The Denton-borne Spiderweb Salon collective has also recently started to rely on Patreon funding in its sixth year. After five years of recirculating back into its operating costs any proceeds earned from its seriously prolific output of zines publication and live events, the volunteer-run entity determined that the best way to keep forging forward was to explore other means of funding.

To that end, Spiderweb Salon co-founders Conor Wallace and Courtney Marie acknowledge that their involvement with Patreon is just one of many funding experiments the group is currently exploring. But with 59 of its desired 65 patron positions filled, they say it’s been a fruitful venture. Patreon funding, Marie says, has helped float Spiderweb Salon’s Songwriting Scholarship, which sponsors a local musician with their partner studio and creates connections between audio professionals, and allowed the organization to provide honorariums to the featured guests at its monthly Happy Hour Workshops, where an arts professional demos a technique in their area of artistic expertise — anything from puppetry to watercolor painting lessons.

The scene at Spiderweb Salon’s five-year anniversary event held at Dan’s Silverleaf in Denton. Photo by Leah Jones, courtesy of Spiderweb Salon.

Wallace and Marie note that their track record in North Texas is what has likely driven their Patreon success. Without a history in the market, they doubt subscribers would be so willing to contribute to their cause, or to blindly accept individual show covers and free workshop participation in exchange for their financial support. By that same token, Spiderweb Salon has made a point to reward consistent support for its causes with wider, at-cost access to its offerings, and used those funds to open its doors even wider in other ways, too.

“For people who want to be involved who are low income… we have established over the years that there are no barriers to participation or attendance at any of our events,” Marie says, noting that any artist applying for involvement in their events can still ask for help in subsidizing their entry fee, patron or not. Spiderweb Salon’s Patreon funding channels have been instrumental in helping support such efforts.

It makes sense, then that individual artists are also considering the Patreon route.

Independent artist Hilly Holsonback, a photographer and performer that is trying out her own experiments of monetizing her work, recently launched an online platform called Hello Hilly to showcase her massive back catalog of photography work, as well as her explorations in fashion prints and accessories. Though she has exhibited in New York and in such local outlets as West Dallas’ own Erin Cluley Gallery, she’s not sold on the gallery model.

“It can be very political and limiting if you want to experiment,” she says. “There’s a certain beauty and satisfaction in doing it yourself — having complete ownership over your creation.”

She sees her new website project as the best way to showcase her photographic work, but is also considering launching a Patreon as a means to distribute a separate project consisting of video work at some point in 2019.

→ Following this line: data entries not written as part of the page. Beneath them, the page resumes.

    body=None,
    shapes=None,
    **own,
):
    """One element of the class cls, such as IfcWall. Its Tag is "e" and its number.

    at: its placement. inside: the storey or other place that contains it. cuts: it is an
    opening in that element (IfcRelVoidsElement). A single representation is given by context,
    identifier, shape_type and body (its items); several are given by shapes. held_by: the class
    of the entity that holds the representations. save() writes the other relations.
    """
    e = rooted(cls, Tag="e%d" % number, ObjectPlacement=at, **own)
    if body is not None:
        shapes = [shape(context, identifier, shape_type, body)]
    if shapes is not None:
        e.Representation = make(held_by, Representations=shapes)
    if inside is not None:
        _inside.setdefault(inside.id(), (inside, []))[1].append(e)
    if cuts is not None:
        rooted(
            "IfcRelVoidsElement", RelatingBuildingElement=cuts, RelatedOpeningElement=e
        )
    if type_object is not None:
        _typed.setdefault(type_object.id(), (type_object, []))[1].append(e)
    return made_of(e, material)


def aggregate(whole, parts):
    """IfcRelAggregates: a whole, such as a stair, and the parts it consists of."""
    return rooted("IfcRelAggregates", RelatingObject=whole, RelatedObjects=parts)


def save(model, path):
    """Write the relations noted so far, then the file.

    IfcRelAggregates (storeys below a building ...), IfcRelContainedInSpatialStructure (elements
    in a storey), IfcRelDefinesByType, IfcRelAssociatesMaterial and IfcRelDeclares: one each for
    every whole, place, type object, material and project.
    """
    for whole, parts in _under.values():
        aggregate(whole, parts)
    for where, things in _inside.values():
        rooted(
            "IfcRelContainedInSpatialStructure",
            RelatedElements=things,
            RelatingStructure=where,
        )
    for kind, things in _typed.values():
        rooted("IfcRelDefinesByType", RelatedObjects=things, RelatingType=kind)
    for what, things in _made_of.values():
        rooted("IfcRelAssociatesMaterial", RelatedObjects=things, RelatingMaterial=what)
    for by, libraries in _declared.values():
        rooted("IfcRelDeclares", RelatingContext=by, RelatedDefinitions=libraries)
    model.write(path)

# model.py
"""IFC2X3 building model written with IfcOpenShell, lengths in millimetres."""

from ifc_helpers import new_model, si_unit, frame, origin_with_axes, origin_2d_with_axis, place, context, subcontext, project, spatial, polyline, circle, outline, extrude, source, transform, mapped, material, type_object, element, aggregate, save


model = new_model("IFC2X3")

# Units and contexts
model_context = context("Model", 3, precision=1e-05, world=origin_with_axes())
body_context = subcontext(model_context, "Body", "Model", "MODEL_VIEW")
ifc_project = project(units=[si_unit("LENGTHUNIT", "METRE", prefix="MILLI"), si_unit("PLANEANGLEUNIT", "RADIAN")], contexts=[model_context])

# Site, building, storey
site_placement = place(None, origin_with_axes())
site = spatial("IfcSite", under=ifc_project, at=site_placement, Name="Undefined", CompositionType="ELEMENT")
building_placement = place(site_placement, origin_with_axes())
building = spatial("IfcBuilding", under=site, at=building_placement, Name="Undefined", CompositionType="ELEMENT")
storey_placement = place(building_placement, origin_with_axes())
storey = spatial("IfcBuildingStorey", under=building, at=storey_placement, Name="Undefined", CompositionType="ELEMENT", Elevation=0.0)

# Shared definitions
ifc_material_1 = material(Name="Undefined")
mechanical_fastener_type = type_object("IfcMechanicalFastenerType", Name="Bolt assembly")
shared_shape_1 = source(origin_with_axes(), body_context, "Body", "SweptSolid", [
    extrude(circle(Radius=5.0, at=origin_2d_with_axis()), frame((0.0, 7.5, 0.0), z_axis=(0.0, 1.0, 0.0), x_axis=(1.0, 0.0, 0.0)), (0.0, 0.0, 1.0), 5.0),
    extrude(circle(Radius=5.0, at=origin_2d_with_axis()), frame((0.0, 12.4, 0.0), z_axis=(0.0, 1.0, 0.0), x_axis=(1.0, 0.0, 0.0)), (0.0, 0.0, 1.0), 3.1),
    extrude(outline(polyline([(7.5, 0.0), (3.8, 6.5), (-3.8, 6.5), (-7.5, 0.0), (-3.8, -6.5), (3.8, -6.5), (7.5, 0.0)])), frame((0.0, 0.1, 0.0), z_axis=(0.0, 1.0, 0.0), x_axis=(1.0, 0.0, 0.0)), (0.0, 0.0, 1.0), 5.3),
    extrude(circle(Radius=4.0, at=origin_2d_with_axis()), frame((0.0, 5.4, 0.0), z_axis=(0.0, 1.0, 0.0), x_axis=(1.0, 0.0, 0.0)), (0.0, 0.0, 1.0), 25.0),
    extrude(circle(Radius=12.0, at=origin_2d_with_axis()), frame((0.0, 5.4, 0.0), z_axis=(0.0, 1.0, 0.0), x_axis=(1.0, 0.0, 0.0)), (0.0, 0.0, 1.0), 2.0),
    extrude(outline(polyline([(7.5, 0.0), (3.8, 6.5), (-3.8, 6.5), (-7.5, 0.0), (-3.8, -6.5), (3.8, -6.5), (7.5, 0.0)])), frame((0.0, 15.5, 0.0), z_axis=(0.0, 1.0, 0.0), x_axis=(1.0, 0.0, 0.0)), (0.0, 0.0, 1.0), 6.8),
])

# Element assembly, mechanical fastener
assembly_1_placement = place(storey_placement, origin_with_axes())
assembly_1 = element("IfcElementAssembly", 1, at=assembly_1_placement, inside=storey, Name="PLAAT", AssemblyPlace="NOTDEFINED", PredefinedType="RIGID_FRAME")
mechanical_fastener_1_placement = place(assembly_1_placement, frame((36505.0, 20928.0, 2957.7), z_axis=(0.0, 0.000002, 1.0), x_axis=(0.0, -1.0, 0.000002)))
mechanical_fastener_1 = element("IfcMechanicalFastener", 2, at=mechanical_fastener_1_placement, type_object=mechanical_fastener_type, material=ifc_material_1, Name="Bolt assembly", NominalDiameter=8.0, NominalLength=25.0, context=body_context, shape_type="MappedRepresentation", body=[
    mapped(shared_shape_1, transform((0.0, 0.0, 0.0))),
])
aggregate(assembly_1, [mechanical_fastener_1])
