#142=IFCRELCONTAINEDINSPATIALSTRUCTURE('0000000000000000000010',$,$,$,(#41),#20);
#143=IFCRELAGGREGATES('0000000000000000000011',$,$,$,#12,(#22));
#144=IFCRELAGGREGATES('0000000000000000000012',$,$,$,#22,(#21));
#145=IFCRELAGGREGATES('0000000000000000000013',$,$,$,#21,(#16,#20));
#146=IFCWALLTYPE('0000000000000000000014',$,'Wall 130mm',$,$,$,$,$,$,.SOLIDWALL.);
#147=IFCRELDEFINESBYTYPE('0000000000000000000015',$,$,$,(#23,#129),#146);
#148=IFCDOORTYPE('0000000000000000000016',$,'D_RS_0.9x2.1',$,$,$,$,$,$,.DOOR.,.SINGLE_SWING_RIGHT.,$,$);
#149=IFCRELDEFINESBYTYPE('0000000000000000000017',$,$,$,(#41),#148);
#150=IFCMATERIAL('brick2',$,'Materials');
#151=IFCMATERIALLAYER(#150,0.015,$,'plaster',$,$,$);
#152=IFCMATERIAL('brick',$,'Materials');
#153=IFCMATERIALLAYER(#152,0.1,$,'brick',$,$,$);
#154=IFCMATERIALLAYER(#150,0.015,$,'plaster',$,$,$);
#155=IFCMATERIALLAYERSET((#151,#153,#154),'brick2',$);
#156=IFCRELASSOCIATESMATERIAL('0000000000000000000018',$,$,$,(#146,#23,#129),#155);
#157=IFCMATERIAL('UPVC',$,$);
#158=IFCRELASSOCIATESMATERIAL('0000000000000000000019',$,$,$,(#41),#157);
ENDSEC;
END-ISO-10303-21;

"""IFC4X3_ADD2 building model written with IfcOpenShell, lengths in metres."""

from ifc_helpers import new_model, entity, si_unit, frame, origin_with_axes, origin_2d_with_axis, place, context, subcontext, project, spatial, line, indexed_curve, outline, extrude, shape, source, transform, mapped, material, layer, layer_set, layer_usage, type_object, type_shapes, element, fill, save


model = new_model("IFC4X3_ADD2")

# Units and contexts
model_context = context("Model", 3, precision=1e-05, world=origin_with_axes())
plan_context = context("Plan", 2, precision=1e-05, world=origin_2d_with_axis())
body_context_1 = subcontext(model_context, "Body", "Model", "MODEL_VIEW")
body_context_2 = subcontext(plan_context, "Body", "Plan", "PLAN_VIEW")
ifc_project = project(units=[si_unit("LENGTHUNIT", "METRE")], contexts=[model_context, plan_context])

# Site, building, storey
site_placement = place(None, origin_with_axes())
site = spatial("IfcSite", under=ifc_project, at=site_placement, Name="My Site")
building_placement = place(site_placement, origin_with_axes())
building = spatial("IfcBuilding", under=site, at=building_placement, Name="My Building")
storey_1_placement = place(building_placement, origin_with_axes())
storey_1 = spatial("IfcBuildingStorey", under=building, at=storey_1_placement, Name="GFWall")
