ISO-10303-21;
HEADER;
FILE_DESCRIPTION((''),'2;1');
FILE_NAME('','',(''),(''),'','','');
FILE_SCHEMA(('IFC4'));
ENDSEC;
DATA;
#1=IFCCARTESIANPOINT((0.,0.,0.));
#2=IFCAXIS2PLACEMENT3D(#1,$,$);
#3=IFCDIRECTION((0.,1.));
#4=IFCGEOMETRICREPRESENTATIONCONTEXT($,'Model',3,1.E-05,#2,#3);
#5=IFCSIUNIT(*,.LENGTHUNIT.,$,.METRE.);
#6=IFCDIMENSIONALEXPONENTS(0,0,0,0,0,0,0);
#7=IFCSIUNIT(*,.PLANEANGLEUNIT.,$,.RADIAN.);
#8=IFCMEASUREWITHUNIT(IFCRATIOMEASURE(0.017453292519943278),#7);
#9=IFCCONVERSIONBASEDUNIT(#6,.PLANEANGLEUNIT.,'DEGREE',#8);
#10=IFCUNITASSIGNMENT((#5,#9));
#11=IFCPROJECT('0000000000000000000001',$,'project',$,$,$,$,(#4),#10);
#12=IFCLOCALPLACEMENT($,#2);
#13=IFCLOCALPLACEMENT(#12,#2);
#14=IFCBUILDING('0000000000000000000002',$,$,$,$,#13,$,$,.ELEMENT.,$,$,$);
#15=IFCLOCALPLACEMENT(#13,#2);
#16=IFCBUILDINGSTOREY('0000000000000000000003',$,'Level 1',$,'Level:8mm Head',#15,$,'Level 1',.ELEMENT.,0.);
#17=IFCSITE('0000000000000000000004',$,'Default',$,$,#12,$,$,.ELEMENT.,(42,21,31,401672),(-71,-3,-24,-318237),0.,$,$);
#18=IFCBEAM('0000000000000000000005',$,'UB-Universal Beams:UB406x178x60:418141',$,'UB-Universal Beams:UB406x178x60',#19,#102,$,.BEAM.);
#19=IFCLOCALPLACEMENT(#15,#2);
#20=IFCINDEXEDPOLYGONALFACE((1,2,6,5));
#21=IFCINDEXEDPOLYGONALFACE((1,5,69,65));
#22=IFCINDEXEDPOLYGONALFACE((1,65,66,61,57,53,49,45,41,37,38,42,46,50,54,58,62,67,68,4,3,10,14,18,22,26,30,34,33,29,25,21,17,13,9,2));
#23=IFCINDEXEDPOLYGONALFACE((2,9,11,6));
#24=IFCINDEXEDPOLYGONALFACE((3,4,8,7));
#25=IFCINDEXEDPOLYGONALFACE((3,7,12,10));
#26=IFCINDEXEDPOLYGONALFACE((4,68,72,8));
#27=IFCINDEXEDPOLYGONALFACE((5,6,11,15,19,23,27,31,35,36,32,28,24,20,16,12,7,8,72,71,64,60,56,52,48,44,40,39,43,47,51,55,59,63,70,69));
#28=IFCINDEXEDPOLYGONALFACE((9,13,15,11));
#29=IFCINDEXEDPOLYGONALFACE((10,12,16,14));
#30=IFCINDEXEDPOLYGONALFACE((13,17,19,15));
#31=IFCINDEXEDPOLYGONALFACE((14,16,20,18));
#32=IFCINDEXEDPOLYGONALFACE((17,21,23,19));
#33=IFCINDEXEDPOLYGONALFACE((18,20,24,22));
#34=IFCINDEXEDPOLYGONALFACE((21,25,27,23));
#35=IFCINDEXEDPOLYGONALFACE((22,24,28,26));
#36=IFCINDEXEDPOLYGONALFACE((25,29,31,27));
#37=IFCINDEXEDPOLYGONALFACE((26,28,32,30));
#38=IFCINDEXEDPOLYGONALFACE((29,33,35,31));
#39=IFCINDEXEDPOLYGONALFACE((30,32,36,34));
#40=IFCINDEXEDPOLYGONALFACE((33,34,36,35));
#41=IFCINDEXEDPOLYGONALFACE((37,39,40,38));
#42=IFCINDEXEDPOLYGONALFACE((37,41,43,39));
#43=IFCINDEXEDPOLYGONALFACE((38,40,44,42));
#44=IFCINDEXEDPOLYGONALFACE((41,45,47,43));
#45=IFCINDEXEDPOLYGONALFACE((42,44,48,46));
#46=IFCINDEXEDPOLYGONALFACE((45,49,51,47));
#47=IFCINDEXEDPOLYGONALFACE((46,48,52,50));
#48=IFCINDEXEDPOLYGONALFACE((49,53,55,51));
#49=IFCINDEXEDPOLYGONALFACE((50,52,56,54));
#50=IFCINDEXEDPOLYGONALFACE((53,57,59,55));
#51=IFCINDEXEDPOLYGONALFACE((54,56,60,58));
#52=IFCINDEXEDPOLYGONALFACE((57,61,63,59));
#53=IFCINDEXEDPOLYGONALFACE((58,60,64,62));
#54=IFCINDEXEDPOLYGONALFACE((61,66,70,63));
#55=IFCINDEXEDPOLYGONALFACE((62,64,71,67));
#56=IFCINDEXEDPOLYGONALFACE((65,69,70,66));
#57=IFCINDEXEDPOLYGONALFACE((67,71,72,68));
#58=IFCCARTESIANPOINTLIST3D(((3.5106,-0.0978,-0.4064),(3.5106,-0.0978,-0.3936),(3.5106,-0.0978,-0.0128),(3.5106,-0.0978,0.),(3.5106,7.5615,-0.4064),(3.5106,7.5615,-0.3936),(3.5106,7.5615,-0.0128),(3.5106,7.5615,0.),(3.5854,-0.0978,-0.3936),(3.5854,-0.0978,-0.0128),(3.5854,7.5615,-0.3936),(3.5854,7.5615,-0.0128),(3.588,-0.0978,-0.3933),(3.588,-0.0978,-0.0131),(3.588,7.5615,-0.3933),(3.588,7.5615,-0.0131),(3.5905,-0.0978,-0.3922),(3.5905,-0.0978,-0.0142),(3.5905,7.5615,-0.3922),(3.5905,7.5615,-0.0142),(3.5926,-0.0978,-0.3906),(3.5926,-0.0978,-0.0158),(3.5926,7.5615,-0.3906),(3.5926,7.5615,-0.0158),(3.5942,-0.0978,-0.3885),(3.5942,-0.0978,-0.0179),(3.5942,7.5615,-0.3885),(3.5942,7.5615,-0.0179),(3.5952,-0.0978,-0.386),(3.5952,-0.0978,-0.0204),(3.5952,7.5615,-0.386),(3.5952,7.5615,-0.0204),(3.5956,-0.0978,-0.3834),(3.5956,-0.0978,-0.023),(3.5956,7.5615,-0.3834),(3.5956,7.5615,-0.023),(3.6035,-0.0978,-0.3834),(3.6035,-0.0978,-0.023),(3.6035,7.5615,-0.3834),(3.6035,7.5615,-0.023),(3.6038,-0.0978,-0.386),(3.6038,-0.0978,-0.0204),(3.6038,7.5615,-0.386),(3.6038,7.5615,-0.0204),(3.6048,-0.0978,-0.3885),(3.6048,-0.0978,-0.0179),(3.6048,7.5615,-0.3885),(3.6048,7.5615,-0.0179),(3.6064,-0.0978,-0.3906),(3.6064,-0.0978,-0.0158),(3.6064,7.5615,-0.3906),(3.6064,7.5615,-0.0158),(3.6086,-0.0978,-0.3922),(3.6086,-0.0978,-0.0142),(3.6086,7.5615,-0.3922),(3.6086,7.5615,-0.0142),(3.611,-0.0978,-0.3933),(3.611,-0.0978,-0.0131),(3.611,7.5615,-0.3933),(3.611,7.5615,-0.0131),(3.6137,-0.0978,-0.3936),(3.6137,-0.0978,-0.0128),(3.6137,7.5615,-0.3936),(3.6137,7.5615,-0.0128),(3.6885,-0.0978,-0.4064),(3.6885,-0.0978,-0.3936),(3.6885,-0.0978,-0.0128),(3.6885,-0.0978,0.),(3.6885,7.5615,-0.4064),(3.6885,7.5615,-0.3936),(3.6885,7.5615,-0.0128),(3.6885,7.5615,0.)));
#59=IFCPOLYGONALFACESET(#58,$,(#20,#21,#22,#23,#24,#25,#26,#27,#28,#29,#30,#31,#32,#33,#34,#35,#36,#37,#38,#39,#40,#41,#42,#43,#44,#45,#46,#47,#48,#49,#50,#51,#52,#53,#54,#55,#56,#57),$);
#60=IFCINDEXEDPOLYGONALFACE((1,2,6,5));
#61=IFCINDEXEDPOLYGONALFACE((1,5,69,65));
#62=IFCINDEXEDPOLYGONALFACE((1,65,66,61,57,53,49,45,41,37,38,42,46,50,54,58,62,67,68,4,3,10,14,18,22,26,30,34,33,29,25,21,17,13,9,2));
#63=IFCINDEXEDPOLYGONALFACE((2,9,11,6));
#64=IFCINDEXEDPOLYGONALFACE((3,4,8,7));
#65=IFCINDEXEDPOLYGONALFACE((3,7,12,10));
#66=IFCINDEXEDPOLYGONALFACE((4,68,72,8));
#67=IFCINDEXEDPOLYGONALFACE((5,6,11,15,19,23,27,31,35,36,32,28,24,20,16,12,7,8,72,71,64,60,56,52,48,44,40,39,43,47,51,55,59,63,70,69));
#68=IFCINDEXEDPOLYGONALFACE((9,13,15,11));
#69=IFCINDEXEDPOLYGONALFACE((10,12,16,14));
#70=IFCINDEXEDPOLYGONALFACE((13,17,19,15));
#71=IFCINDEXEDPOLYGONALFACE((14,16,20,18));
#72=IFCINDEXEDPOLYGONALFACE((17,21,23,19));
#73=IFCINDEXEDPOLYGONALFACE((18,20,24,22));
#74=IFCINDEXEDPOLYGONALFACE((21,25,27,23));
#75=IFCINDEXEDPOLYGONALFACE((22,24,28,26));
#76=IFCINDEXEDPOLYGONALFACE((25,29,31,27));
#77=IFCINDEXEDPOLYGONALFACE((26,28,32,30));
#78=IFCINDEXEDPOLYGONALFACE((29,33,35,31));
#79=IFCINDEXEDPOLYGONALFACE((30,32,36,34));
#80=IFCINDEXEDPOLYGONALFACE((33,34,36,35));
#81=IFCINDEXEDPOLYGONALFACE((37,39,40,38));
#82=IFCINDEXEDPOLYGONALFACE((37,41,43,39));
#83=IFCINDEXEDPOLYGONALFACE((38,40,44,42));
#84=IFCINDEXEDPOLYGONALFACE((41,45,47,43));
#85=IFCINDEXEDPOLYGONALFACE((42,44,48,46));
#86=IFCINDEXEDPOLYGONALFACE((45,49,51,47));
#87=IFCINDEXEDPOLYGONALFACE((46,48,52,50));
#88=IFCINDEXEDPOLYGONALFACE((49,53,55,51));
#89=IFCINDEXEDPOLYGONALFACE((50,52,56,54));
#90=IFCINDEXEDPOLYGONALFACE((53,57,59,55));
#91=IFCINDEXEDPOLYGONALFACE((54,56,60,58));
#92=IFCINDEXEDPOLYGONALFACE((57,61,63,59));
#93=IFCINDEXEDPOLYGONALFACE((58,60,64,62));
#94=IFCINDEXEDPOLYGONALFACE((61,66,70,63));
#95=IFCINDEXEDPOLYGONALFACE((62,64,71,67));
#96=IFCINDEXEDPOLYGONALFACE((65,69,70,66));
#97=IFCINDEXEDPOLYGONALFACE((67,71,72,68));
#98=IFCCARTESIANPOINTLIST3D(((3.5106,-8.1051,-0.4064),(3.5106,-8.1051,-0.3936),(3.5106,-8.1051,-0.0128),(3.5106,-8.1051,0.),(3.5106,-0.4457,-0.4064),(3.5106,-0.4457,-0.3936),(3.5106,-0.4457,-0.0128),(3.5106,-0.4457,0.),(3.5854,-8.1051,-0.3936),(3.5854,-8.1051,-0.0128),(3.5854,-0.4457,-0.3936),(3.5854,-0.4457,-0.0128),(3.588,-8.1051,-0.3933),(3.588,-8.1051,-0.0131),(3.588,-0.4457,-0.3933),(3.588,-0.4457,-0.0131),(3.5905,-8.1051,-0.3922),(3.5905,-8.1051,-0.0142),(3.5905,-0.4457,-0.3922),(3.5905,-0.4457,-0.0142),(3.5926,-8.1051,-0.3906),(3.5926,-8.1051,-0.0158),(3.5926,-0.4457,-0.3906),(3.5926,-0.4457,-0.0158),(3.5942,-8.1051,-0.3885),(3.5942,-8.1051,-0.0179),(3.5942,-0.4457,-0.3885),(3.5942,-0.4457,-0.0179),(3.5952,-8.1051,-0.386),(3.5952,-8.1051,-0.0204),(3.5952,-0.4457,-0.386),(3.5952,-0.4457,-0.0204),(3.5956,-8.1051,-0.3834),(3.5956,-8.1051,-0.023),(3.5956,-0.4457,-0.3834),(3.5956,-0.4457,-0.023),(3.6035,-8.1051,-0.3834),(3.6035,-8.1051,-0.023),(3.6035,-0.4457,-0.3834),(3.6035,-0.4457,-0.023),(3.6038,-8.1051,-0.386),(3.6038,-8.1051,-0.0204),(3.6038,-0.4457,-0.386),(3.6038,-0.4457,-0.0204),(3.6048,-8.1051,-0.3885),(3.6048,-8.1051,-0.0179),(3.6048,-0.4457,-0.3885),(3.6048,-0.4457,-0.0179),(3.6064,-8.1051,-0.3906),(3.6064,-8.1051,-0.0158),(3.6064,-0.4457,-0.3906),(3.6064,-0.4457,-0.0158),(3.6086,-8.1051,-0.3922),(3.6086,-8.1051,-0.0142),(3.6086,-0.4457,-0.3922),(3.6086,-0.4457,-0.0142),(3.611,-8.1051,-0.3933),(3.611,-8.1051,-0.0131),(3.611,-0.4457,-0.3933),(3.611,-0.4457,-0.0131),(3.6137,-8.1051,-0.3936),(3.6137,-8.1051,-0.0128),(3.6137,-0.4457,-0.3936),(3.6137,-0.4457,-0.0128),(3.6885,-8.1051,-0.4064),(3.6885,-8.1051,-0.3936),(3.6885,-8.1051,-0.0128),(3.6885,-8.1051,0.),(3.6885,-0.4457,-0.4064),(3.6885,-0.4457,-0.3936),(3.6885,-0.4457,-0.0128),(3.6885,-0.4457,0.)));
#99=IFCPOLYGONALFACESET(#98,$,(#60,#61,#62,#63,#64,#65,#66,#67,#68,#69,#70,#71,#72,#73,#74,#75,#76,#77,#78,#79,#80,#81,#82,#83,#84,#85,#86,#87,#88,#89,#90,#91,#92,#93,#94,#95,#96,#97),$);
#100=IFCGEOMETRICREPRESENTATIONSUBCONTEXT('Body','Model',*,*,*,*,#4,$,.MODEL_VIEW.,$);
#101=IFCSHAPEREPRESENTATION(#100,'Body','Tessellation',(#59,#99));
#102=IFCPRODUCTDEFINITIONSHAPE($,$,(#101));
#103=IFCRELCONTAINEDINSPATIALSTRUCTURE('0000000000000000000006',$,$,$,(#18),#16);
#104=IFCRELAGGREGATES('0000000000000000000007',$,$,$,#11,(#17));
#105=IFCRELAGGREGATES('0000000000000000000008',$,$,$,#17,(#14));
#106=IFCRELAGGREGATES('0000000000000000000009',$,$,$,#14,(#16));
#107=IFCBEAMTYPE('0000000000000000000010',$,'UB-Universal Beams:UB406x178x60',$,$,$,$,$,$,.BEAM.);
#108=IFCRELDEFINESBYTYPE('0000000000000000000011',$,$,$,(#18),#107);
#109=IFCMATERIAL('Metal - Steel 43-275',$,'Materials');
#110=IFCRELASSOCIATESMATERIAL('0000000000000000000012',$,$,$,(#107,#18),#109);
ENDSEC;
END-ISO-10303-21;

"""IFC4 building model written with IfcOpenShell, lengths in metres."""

from ifc_helpers import new_model, entity, si_unit, converted_unit, direction, frame, origin, place, context, subcontext, project, spatial, line, arc, indexed_curve, outline, extrude, source, transform, mapped, material, type_object, type_shapes, element, save


model = new_model("IFC4")

# Units and contexts
model_context = context("Model", 3, precision=1e-05, world=origin(), true_north=direction((0.0, 1.0)))
body_context = subcontext(model_context, "Body", "Model", "MODEL_VIEW")
ifc_project = project(units=[si_unit("LENGTHUNIT", "METRE"), converted_unit("PLANEANGLEUNIT", "DEGREE", entity("IfcRatioMeasure", 0.017453292519943278), si_unit("PLANEANGLEUNIT", "RADIAN"), dimensions=[0, 0, 0, 0, 0, 0, 0])], contexts=[model_context])

# Site, building, storey
site_placement = place(None, origin())
site = spatial("IfcSite", under=ifc_project, at=site_placement, Name="Default", CompositionType="ELEMENT", RefLatitude=(42, 21, 31, 401672), RefLongitude=(-71, -3, -24, -318237), RefElevation=0.0)
building_placement = place(site_placement, origin())
building = spatial("IfcBuilding", under=site, at=building_placement, CompositionType="ELEMENT")
storey_placement = place(building_placement, origin())
storey = spatial("IfcBuildingStorey", under=building, at=storey_placement, Name="Level 1", ObjectType="Level:8mm Head", LongName="Level 1", CompositionType="ELEMENT", Elevation=0.0)

# Beam
ifc_material_1 = material(Name="Metal - Steel 43-275", Category="Materials")
beam_type_1 = type_object("IfcBeamType", Name="UB-Universal Beams:UB406x178x60", PredefinedType="BEAM", material=ifc_material_1)
shared_shape_1 = source(origin(), body_context, "Body", "SweptSolid", [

Beyond financial footing, she’s eager to explore Patreon as a means of distribution.

“I’ve never been keen on presenting my work in the traditional sense,” Holsonback says.

Ultimately, she’s high on the possibilities for the same reason Spiderweb Salon and Sunset Studios are — because of the possibilities it opens up, and because, well, giving it a whirl can’t really hurt.

“It’s a fantastic platform for artists,” Holsonback says. “I can’t wait to explore it.”